12.05.2005

Jackknife Powerlinks!

Here's your Monday dose, as advertised, though I will admit a little tardy. I meant to have it ready for you Monday morning as opposed to late in the day. So here we go. By the way, I hate the Giants.

Ever wanted to know how it felt to get plowed by 50 Cent? Well, now you can! The Farmington, CT resident rapper (bet you didn't know he owned a house there!) has not only released a new album, movie, and video game but will soon be releasing his own manhood for your faux-boning pleasure.

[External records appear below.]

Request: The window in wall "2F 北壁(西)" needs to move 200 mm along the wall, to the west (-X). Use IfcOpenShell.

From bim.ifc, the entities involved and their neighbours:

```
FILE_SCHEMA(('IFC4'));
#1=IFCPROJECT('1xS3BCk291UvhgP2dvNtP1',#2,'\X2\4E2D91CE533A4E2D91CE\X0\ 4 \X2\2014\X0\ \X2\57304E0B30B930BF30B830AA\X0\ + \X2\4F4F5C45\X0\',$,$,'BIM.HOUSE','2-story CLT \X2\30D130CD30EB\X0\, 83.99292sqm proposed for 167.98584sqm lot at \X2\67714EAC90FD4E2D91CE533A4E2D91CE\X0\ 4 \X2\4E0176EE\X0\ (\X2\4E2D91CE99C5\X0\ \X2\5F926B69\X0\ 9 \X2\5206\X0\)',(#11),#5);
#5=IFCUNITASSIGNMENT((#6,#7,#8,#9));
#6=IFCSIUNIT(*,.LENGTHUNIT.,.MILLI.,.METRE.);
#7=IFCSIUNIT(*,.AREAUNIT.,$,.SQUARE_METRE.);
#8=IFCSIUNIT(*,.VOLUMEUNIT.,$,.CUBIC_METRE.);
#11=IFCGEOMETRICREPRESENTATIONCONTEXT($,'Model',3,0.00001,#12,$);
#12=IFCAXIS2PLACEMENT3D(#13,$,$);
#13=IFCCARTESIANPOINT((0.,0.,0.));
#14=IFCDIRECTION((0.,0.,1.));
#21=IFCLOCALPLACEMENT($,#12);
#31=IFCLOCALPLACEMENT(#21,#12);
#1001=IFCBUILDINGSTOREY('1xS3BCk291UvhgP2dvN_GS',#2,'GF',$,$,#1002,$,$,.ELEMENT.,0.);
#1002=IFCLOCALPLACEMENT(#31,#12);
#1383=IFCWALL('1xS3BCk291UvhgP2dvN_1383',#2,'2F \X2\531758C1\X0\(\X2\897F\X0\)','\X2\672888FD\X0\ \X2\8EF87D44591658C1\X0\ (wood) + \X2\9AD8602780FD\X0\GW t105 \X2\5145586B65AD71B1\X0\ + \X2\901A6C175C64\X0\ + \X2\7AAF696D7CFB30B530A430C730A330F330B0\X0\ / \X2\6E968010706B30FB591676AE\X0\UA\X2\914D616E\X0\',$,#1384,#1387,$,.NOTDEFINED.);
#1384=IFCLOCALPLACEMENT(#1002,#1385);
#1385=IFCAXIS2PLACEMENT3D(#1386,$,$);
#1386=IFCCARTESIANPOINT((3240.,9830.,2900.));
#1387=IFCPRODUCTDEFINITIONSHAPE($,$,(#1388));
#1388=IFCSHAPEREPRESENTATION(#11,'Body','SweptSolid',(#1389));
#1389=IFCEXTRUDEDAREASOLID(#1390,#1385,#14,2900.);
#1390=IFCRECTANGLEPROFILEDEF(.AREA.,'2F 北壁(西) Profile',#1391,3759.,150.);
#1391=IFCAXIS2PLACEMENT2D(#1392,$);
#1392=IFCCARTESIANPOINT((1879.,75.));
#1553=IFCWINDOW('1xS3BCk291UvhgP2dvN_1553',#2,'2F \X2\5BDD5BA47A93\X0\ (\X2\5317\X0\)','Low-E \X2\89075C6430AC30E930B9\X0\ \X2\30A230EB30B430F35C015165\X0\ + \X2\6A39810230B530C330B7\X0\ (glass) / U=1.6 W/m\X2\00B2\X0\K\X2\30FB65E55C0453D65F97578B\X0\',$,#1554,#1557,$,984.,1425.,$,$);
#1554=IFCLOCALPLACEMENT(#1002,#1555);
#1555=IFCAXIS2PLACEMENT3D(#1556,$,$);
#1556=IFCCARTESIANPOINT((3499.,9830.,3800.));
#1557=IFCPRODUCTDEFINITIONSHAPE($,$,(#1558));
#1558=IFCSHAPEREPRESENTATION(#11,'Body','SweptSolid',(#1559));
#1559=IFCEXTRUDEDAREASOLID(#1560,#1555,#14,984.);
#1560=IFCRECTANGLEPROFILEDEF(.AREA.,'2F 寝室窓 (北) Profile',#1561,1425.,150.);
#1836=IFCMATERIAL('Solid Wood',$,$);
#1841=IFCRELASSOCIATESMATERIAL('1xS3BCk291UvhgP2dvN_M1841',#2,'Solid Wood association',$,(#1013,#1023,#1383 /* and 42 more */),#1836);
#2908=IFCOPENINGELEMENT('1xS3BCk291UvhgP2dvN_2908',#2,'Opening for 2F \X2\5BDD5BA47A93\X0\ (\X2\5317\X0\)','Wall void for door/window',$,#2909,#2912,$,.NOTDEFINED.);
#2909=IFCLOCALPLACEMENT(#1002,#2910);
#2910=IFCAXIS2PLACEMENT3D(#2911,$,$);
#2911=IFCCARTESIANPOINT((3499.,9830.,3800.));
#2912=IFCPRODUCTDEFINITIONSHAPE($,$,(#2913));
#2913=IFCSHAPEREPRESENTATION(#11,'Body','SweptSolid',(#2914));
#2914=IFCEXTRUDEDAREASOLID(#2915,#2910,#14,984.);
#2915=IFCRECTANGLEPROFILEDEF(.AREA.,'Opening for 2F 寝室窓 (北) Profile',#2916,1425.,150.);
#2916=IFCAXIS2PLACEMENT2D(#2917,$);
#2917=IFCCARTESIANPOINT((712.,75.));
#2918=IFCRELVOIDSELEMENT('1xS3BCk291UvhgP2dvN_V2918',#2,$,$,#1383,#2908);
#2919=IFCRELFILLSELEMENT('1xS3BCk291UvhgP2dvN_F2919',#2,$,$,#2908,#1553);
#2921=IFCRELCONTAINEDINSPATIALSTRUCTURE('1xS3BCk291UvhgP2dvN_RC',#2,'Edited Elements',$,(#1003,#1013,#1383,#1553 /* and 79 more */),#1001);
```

```python
import ifcopenshell
import ifcopenshell.api.geometry
import ifcopenshell.util.placement
import ifcopenshell.util.unit

model = ifcopenshell.open("bim.ifc")
unit_scale = ifcopenshell.util.unit.calculate_unit_scale(model)

window = model.by_guid("1xS3BCk291UvhgP2dvN_1553")
opening = window.FillsVoids[0].RelatingOpeningElement
wall = opening.VoidsElements[0].RelatingBuildingElement

wall_matrix = ifcopenshell.util.placement.get_local_placement(wall.ObjectPlacement)
shift = wall_matrix[:3, 0] * -0.2 / unit_scale
before = ifcopenshell.util.placement.get_local_placement(window.ObjectPlacement)[:3, 3].copy()

# The window is not placed relative to its opening, so move both.
for product in (opening, window):
    matrix = ifcopenshell.util.placement.get_local_placement(product.ObjectPlacement)
    matrix[:3, 3] += shift
    ifcopenshell.api.geometry.edit_object_placement(model, product=product, matrix=matrix, is_si=False)

after = ifcopenshell.util.placement.get_local_placement(window.ObjectPlacement)[:3, 3]
print("window moved by", (after - before).round(3) + 0.0)

model.write("bim-out.ifc")
```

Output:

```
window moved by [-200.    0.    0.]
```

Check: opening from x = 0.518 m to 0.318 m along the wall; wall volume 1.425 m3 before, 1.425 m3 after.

Not only will you be getting a vibrating version of 50's johnson, but your boyfriend will now be able to say, "I've had a jungle fever threesome!" So you got that going for you...which is nice.

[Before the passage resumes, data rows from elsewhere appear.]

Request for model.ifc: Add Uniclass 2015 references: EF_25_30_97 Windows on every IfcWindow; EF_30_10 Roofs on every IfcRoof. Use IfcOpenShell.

First a look at what the model holds.

```python
import ifcopenshell

model = ifcopenshell.open("model.ifc")
print(model.schema)
print("classifications:", [c.Name for c in model.by_type("IfcClassification")])
for ifc_class in ("IfcDoor", "IfcRoof", "IfcStair", "IfcWall", "IfcWindow"):
    print(ifc_class, len(model.by_type(ifc_class)))
```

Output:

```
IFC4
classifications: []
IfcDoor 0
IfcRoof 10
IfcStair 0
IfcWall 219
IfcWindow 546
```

```python
import ifcopenshell
import ifcopenshell.api.classification

model = ifcopenshell.open("model.ifc")

system = ifcopenshell.api.classification.add_classification(model, classification="Uniclass 2015")

codes = {
    "IfcWindow": ("EF_25_30_97", "Windows"),
    "IfcRoof": ("EF_30_10", "Roofs"),
}
for ifc_class, (code, name) in codes.items():
    products = model.by_type(ifc_class)
    ifcopenshell.api.classification.add_reference(
        model, products=products, classification=system, identification=code, name=name
    )
    print(code, len(products))

model.write("model_edited.ifc")
```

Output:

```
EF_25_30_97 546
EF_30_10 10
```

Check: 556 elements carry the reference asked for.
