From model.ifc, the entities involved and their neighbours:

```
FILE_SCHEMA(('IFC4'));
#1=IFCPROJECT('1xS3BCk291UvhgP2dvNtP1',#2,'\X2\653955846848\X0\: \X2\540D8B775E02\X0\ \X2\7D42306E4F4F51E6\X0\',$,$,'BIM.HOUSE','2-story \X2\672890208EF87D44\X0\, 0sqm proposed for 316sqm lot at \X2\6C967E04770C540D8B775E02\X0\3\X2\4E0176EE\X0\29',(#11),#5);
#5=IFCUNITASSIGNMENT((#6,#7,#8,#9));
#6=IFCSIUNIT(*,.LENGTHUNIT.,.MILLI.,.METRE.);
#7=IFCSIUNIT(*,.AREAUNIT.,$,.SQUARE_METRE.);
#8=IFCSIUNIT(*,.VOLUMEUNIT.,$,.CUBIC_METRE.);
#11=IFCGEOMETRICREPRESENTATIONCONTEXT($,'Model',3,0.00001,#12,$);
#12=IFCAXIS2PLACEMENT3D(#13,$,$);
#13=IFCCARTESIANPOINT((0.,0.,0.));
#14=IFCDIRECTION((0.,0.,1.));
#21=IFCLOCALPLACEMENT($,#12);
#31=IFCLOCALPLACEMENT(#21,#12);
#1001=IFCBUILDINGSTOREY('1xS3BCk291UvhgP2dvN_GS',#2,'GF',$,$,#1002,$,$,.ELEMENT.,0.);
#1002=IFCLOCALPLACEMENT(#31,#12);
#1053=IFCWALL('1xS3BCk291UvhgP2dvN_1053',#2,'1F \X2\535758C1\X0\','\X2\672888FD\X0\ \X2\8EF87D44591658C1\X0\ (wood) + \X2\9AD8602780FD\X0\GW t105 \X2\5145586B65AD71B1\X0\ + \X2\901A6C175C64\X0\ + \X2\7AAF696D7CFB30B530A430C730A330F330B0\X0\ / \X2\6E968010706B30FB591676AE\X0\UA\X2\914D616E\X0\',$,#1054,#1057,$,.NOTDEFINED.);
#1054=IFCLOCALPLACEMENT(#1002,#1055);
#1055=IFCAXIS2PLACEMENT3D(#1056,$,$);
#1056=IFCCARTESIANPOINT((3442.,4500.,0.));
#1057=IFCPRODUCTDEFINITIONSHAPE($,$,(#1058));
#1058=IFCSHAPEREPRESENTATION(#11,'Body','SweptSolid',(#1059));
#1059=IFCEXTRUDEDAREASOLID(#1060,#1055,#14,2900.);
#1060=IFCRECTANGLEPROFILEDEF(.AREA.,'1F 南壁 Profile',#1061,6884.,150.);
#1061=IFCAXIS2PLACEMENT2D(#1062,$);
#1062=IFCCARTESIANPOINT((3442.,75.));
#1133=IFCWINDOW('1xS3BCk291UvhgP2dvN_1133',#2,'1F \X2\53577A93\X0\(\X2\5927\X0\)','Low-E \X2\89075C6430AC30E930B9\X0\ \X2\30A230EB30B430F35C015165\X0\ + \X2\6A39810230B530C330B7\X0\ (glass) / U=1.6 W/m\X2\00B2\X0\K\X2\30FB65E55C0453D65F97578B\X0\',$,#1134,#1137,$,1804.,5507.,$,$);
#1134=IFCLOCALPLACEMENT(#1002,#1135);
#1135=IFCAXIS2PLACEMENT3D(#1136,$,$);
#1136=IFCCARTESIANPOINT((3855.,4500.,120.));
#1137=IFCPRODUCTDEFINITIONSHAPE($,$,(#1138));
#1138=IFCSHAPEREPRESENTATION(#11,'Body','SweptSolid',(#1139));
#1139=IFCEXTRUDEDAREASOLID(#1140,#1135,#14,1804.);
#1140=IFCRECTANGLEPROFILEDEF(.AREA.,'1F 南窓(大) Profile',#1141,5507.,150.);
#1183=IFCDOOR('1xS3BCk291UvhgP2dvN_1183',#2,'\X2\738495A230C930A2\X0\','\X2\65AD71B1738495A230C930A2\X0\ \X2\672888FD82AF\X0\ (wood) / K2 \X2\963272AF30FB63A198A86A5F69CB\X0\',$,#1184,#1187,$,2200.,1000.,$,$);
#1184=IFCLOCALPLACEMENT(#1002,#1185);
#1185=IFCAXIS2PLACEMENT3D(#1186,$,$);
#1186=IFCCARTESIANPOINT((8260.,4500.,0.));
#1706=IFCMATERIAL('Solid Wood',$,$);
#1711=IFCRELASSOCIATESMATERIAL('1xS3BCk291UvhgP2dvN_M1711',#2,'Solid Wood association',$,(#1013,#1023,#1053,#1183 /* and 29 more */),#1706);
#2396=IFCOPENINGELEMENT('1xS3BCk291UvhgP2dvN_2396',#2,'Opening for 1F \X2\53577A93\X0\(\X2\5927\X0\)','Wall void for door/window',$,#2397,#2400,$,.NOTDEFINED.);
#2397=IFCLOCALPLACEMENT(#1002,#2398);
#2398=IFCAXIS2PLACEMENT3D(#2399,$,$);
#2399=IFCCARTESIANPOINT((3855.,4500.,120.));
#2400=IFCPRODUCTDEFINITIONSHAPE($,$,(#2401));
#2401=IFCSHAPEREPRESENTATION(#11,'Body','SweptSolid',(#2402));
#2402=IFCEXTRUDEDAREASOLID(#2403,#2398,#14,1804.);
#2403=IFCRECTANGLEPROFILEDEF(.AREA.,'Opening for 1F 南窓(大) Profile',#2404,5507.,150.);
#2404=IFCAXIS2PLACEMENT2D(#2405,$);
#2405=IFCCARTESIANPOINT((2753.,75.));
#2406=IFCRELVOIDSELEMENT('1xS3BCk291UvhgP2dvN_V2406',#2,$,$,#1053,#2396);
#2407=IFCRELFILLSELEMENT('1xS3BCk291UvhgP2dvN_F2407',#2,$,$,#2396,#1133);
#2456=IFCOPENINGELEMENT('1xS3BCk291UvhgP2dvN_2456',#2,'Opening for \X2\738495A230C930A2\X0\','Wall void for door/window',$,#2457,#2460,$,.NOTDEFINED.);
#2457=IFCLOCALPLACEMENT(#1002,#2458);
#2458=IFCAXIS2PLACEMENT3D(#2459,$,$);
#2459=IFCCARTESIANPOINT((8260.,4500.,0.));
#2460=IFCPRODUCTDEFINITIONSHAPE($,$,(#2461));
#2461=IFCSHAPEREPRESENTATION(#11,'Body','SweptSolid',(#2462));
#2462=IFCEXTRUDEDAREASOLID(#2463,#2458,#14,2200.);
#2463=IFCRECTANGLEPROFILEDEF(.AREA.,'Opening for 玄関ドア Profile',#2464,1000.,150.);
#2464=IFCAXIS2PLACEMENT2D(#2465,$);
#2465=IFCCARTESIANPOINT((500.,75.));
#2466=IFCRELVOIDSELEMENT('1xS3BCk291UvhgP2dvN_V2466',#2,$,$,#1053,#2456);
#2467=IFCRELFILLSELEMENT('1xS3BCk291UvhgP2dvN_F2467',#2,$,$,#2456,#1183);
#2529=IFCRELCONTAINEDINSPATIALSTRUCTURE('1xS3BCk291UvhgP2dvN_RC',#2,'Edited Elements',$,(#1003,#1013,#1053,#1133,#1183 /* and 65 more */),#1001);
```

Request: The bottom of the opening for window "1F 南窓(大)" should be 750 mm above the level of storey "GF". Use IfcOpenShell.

```python
import numpy as np
import ifcopenshell
import ifcopenshell.api.geometry
import ifcopenshell.geom
import ifcopenshell.util.element
import ifcopenshell.util.placement
import ifcopenshell.util.shape
import ifcopenshell.util.unit

model = ifcopenshell.open("model.ifc")
unit_scale = ifcopenshell.util.unit.calculate_unit_scale(model)

window = model.by_guid("1xS3BCk291UvhgP2dvN_1133")
opening = window.FillsVoids[0].RelatingOpeningElement
storey = ifcopenshell.util.element.get_container(window, ifc_class="IfcBuildingStorey")
level = ifcopenshell.util.placement.get_local_placement(storey.ObjectPlacement)[2, 3]

# The opening's origin need not be at the sill, so measure its lowest point.
shape = ifcopenshell.geom.create_shape(ifcopenshell.geom.settings(), opening)
bottom = ifcopenshell.util.shape.get_shape_bottom_elevation(shape, shape.geometry) / unit_scale
dz = level + 750.0 - bottom

shift = np.array([0.0, 0.0, dz])
# The window is not placed relative to its opening, so move both.
for product in (opening, window):
    matrix = ifcopenshell.util.placement.get_local_placement(product.ObjectPlacement)
    matrix[:3, 3] += shift
    ifcopenshell.api.geometry.edit_object_placement(model, product=product, matrix=matrix, is_si=False)

print(f"moved by {dz * unit_scale:+.3f} m")

model.write("model_rev.ifc")
```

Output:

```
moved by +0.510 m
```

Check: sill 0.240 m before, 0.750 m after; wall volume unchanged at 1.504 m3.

Leave it to Arkansas to try and concoct a way for chicken fat to be converted into fuel for machinery and cars. Seriously, c'mon guys. Are we seriously that short on oil that we need to look to the brilliant minds of Arkansas science to come up with alternatives? What's next, poop? Gimme a box of Cracklin' Oat Bran and I'll power a Mini Cooper for 300 miles. Booyah.

If there was ever a way to legitimately compare Jenna Jameson and Tera Patrick to Pablo Picasso and Lord Byron then this is it. In short, humping makes you smarter. True story. Professors in England have discovered that the more sex you have the more creatively brilliant you'll be. I'll say it again ladies, being a prude just doesn't pay. It's like a crime where everyone loses. However, when done often, you get smarter and we get off. See how it all balances out?

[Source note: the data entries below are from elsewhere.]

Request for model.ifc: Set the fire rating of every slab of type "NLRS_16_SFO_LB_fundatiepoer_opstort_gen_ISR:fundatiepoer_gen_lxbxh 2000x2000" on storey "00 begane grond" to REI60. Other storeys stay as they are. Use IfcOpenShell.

First a look at what the model holds.

```python
import ifcopenshell
import ifcopenshell.util.element

model = ifcopenshell.open("model.ifc")
print(model.schema)
storey = next(s for s in model.by_type("IfcBuildingStorey") if s.Name == "00 begane grond")
slabs = [e for e in ifcopenshell.util.element.get_decomposition(storey) if e.is_a("IfcSlab")]
seen = {}
for e in slabs:
    element_type = ifcopenshell.util.element.get_type(e)
    key = (element_type.Name if element_type != e and element_type else None, ifcopenshell.util.element.get_pset(e, "Pset_SlabCommon", "FireRating"))
    seen[key] = seen.get(key, 0) + 1
for (name, value), count in sorted(seen.items(), key=str):
    print(count, "x", name, "|", value)
```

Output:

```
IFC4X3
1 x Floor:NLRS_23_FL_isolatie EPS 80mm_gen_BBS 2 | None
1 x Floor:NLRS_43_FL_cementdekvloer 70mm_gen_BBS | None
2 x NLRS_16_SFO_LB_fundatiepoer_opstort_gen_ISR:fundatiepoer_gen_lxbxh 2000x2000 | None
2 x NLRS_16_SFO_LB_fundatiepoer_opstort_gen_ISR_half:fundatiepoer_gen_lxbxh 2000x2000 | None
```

```python
import ifcopenshell
import ifcopenshell.api.pset
import ifcopenshell.util.element

model = ifcopenshell.open("model.ifc")

storey = next(s for s in model.by_type("IfcBuildingStorey") if s.Name == "00 begane grond")
slabs = [e for e in ifcopenshell.util.element.get_decomposition(storey) if e.is_a("IfcSlab")]

count = 0
for e in slabs:
    element_type = ifcopenshell.util.element.get_type(e)
    if element_type in (None, e) or element_type.Name != "NLRS_16_SFO_LB_fundatiepoer_opstort_gen_ISR:fundatiepoer_gen_lxbxh 2000x2000":
        continue
    # add_pset returns the element's existing set when there is one.
    pset = ifcopenshell.api.pset.add_pset(model, product=e, name="Pset_SlabCommon")
    ifcopenshell.api.pset.edit_pset(model, pset=pset, properties={"FireRating": "REI60"})
    count += 1

print(count, "slabs updated")

model.write("model_v2.ifc")
```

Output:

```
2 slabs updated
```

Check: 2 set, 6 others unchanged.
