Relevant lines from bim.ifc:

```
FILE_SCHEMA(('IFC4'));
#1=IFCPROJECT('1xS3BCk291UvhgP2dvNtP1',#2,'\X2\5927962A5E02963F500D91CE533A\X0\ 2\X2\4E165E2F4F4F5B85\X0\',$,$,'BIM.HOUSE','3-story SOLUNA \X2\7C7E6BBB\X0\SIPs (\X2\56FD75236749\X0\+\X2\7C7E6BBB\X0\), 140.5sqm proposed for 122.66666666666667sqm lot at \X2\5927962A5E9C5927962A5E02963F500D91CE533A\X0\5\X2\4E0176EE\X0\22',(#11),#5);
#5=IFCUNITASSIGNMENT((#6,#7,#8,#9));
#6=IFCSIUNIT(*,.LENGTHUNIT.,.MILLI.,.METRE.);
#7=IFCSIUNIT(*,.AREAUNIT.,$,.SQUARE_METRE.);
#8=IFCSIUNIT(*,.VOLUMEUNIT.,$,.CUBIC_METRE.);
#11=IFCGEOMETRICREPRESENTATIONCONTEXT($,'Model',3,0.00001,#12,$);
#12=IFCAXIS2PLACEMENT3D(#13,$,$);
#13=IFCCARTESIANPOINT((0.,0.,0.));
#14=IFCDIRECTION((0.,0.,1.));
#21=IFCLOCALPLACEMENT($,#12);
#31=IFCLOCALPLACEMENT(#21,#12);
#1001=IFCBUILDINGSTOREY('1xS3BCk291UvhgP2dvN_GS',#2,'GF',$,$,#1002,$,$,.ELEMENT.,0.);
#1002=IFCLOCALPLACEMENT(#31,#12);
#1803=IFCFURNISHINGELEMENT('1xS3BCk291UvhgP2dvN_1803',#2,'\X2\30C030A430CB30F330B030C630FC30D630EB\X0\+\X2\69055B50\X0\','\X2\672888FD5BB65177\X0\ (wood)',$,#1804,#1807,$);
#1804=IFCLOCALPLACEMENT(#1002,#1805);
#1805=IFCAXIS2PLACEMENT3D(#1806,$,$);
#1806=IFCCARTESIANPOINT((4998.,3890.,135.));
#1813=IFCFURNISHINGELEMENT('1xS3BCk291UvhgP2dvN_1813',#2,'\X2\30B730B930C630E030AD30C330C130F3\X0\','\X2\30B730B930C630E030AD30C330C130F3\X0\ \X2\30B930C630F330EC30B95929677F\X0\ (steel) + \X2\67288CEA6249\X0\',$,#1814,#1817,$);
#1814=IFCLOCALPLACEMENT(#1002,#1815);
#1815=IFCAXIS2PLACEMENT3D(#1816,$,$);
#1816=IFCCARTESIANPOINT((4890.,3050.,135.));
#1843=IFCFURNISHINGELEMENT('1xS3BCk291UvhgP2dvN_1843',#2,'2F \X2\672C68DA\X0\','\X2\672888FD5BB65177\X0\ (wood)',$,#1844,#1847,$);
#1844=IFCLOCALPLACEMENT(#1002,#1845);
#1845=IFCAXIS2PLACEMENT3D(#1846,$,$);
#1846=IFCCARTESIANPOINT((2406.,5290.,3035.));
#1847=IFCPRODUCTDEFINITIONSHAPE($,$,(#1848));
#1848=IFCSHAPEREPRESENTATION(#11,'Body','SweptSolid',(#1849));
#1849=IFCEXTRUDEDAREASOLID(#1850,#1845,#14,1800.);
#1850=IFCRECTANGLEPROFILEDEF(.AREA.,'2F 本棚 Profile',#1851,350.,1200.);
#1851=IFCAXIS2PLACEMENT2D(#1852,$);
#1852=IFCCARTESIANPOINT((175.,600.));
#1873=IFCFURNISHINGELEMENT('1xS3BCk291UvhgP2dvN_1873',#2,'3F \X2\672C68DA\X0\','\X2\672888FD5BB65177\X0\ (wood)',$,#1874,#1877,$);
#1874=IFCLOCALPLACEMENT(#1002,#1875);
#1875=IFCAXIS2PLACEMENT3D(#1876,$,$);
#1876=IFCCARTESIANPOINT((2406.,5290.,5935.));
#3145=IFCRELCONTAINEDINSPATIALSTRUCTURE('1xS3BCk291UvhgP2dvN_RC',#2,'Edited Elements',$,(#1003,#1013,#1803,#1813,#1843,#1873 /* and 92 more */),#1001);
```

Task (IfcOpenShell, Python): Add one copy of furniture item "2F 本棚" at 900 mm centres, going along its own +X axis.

```python
import ifcopenshell
import ifcopenshell.api.geometry
import ifcopenshell.api.root
import ifcopenshell.util.element
import ifcopenshell.util.placement

model = ifcopenshell.open("bim.ifc")


def reuse_history(source, copy):
    """copy_class also copies each property set's owner history, people and application; keep the originals."""
    for rel in copy.IsDefinedBy:
        if rel.is_a("IfcRelDefinesByProperties") and (history := rel.RelatingPropertyDefinition.OwnerHistory):
            rel.RelatingPropertyDefinition.OwnerHistory = source.OwnerHistory
            ifcopenshell.util.element.remove_deep2(model, history)


source = model.by_id(1843)
base = ifcopenshell.util.placement.get_local_placement(source.ObjectPlacement)
step = base[:3, 0] * 900.0

for i in range(1, 2):
    copy = ifcopenshell.api.root.copy_class(model, product=source)
    copy.Representation = ifcopenshell.util.element.copy_deep(
        model, source.Representation, exclude=["IfcGeometricRepresentationContext", "IfcRepresentationMap"]
    )
    reuse_history(source, copy)
    matrix = base.copy()
    matrix[:3, 3] += i * step
    print("added at", matrix[:3, 3].round(3) + 0.0)
    ifcopenshell.api.geometry.edit_object_placement(model, product=copy, matrix=matrix, is_si=False)

model.write("bim-out.ifc")
```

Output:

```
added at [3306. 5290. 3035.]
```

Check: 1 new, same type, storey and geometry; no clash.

Welcome to Hartford public schools where the knifefights are free but the cuss words aren't! A Bulkeley High School sophomore (who's 17!!!) was recently fined $103 (a nice round number) for swearing at her teacher. The school says that if the student can't pay it the parents must. Now if you don't know Hartford very well then I'll explain where this takes us. If you're looking for low-income housing in Hartford there's probably a few new listings because these people are pretty much all on food stamps. A hundred bucks is like a month's salary. So when you move in feel free to throw out the gubmint cheese but don't take off the bars on the windows.

You know those navigation systems for your car that actually tell you where to go? How's 'bout if Mr. T was the one telling you to do so? Well, now it's possible. I didn't think it was possible to start hating the A-Team but this would push me to the brink. Poor Mr., poor Mr. indeed.

We all know Tucker Carlson is about irrational and incompetent as they come but last week he had a flash of brilliance. I'm not sure how it happened or why it happened. Maybe the Apocalypse is coming, I don't know. But Tucker actually made sane, responsible statements in the face of a PETA fanatic/employee that is distributing "comic books" that teach how "fishing is killing" and that if your father fishes "he'll probably murder your puppy." Have a gander.

Staying on the express train to crazyville, Scott Stapp recently ran into 311 in a Baltimore hotel. Well, not so much as ran into them as did 311's collective fist into Stapp's face. The 311 boys were at the hotel with their wives enjoying a nice post-Thanksgiving sitdown when Stapp rumbled in doing his best Vince Neil impression being loud and drunk and breaking shot glasses over the bar. When Stapp looked for attention from the 311 boys and didn't get it he flipped out and sucker punched one of the ska-rockers. At which point the rest of them beat the living snot out of him. It's good to see Scott's doing so well in life after Creed.

And finally, if you ever thought of trespassing on a farm and letting your friend videotape you getting anally reamed by a thoroughbred, well...you might want to reconsider. This dude died. Yea, apparently the horse was so well endowed and/or plowed him so hard that the guy's colon ruptured causing him to kick the bucket. There's got to be a "bought the farm/horse semen" joke in there somewhere but I can't find it. Probably because it's covered in all that horse semen. Count it!